Employees should be expected to attain specific skills at various levels within the firm. ("Learning ladders" should be measured as part of an employee's overall performance.) Most employees also have skills that they can teach to others, including partners. Thus, a two-way-street approach to training and learning is critical. By documenting course materials and conducting training classes, the firm gains a greater collective intelligence.

A strong training/learning program is a major advantage for staff retention and recruitment. Don't neglect to incorporate training as part of each employee's 90-day game plan.

DON'T AVOID CONFLICT

Small problems can emerge as crises if not addressed promptly. A majority of so-called managers prefer to avoid conflict, rather than address it in the moment. At these times, coaching with instant feedback and resolution can make a significant difference.

Too often, chargeable time and client responsibilities take a priority, and many problems are addressed too late or are ignored until they must be dealt with in crisis mode. Ignoring tension often prompts people to start looking for other employment opportunities.

PAY FOR PERFORMANCE

Seniority and book of business are no longer criteria for compensation. According to Norton and Kaplan's Balanced Scorecard approach, the focus should be on four categories:

* Financial;

* Professional development (training/learning);

* Client satisfaction; and,

* Adherence to standards, policies and procedures.

What you measure is what you get, so be careful to integrate measurements with firm objectives. Profit is a result, not a core value, in any firm.

Culture is important

Every firm has a culture. Some are healthy, while others need to evolve for the firm to prosper. If your culture is hands-off, switching to a hands-on culture will require time, discussion and planning.
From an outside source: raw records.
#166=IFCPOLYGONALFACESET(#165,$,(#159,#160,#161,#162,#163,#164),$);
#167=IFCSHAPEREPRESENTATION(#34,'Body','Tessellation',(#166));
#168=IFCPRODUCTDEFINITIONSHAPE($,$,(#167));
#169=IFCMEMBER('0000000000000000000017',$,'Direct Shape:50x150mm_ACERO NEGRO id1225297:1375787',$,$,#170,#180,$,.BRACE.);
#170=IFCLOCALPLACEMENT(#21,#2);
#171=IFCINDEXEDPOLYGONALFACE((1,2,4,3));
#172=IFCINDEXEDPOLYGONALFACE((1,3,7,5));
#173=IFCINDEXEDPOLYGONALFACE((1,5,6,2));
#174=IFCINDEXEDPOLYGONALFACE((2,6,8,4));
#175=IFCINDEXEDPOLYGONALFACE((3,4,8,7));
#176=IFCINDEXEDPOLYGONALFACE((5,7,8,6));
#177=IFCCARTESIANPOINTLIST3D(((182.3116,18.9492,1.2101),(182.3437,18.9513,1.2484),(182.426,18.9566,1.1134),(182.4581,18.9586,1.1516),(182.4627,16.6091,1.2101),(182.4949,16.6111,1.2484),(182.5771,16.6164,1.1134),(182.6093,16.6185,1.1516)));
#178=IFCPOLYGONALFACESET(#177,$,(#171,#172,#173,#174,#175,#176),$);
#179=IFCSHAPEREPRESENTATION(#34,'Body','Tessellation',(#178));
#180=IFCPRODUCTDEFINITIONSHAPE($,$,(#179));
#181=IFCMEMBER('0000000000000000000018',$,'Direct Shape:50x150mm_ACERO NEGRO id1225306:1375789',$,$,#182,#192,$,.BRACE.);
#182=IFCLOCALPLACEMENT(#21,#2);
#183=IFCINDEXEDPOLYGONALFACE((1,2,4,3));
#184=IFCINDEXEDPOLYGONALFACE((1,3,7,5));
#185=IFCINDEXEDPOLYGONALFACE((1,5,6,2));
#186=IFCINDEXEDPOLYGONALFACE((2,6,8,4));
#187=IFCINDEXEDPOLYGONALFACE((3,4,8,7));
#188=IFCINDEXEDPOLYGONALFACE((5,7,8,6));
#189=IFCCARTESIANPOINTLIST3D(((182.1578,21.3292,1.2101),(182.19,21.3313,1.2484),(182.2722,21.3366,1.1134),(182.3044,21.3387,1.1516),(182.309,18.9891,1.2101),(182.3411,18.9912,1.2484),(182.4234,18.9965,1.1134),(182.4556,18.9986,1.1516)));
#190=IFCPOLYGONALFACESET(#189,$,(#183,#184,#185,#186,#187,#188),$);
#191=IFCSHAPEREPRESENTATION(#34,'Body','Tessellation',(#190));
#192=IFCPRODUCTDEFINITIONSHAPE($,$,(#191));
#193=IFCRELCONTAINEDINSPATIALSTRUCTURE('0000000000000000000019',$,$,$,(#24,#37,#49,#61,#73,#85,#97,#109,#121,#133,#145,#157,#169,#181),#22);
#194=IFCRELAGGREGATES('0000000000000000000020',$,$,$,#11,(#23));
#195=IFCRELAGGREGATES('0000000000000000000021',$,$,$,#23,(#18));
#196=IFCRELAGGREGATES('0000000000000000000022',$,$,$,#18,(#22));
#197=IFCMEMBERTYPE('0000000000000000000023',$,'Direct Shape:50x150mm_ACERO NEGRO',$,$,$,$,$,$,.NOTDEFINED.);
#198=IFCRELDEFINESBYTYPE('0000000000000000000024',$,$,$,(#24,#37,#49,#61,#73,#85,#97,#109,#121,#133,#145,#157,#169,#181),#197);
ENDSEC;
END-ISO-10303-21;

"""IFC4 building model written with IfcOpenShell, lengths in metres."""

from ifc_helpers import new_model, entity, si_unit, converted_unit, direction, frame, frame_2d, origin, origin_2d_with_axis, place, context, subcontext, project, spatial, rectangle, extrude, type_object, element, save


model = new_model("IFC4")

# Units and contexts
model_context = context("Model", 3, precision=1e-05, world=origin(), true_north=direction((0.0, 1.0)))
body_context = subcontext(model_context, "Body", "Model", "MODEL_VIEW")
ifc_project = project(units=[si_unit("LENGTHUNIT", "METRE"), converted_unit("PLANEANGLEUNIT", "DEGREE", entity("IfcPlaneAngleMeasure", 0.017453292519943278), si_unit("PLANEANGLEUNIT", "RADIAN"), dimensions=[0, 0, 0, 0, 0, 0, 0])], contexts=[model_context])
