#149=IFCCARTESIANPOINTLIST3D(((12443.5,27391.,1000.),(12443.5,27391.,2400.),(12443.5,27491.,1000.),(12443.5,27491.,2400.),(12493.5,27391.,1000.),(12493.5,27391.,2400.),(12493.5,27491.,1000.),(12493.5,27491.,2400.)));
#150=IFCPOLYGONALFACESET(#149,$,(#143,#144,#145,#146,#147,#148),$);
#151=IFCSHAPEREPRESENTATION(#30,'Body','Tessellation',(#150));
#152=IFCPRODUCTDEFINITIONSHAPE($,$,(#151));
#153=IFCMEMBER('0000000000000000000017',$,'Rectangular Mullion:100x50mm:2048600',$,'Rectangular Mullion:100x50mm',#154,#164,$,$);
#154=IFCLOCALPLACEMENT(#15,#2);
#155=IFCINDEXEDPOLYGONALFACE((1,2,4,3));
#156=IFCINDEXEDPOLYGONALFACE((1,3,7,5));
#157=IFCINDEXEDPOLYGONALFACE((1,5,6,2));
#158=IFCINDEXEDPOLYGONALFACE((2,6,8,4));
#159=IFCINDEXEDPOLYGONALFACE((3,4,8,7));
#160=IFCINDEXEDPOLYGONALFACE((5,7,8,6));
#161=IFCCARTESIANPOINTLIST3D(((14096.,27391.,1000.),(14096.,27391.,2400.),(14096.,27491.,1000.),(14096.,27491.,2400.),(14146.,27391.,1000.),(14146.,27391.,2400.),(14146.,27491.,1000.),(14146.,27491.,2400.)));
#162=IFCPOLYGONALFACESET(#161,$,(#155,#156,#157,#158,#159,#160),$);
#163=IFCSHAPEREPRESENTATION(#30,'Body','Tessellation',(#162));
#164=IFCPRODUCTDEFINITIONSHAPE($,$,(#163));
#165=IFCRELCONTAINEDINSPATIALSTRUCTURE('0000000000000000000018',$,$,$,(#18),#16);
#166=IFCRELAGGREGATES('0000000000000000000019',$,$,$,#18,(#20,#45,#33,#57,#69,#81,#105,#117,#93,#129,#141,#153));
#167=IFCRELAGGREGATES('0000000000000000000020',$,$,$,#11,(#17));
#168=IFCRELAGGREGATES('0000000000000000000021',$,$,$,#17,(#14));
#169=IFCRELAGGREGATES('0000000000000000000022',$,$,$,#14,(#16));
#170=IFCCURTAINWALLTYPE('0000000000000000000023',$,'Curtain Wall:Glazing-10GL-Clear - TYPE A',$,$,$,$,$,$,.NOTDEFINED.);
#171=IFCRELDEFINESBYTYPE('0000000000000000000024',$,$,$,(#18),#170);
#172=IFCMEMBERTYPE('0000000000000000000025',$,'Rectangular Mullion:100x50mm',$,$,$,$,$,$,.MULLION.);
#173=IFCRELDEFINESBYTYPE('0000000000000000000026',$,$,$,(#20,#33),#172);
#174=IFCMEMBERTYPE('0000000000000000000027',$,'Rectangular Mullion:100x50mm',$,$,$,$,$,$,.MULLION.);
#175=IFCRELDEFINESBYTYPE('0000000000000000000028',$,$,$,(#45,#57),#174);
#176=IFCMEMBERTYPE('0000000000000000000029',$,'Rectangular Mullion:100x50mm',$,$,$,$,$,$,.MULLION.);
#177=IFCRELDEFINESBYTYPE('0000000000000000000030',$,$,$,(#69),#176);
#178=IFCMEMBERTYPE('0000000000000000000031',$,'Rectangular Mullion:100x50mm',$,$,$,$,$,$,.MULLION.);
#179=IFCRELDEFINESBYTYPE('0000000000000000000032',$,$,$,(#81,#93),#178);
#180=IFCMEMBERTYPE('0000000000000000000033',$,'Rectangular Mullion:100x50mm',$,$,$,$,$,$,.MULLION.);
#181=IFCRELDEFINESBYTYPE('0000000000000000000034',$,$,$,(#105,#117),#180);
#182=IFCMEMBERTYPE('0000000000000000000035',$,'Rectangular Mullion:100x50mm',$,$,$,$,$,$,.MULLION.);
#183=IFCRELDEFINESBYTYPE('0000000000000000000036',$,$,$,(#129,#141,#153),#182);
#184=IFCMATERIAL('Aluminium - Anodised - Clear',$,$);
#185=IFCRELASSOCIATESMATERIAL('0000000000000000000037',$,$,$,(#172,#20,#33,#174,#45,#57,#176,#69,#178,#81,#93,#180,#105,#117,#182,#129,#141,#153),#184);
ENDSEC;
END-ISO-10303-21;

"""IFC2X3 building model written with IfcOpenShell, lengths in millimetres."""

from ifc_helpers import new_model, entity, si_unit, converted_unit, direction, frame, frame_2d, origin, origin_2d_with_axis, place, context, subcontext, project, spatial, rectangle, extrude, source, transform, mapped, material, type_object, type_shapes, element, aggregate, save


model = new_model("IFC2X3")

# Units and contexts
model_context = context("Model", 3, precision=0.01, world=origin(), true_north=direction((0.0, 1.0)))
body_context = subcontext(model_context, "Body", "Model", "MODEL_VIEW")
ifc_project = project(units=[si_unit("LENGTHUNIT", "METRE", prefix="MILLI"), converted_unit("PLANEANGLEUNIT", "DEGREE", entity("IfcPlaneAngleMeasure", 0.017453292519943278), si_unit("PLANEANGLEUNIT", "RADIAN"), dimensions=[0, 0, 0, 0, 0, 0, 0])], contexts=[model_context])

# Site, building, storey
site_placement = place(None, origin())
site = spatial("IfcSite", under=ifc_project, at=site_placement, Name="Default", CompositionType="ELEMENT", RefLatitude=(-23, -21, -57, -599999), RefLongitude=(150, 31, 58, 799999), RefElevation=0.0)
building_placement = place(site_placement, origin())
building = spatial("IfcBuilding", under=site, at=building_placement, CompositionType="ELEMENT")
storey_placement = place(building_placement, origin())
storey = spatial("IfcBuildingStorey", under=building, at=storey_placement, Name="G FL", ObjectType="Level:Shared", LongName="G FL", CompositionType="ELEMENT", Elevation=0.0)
Expect comments like:

* "Our work is technical."

* "We have professionals who don't need management."

* "We don't want to become a bureaucracy."

These comments are symptoms of people who do not want to be held accountable. Accountability starts at the top, and firm partners must make the critical decision to be managed by others. Only then can they discover their own unique abilities and manage others with discernment.

PERFORMANCE EVALUATION

Management requires a performance evaluation system. The 90-day game plan and accountability review are important components, but the most significant criteria of a good performance evaluation system are:

* Simplicity and precision;

* A focus on the future;

* Frequent communication; and,

* No-nonsense accountability.

CONCLUSION

Change is difficult for most people; therefore, it is necessary to explain your firm's new management and accountability strategy with rigor. Communication among partners, managers and staff is critical.

Don't expect complete buy-in. Develop a list of frequently asked questions and draft responses. Expect pushback, but be strong and continue to adjust and improve as your firm grows. Good management is about progress, not perfection.

Gary Boomer, CPA, is the president of Boomer Consulting, in Manhattan, Kan.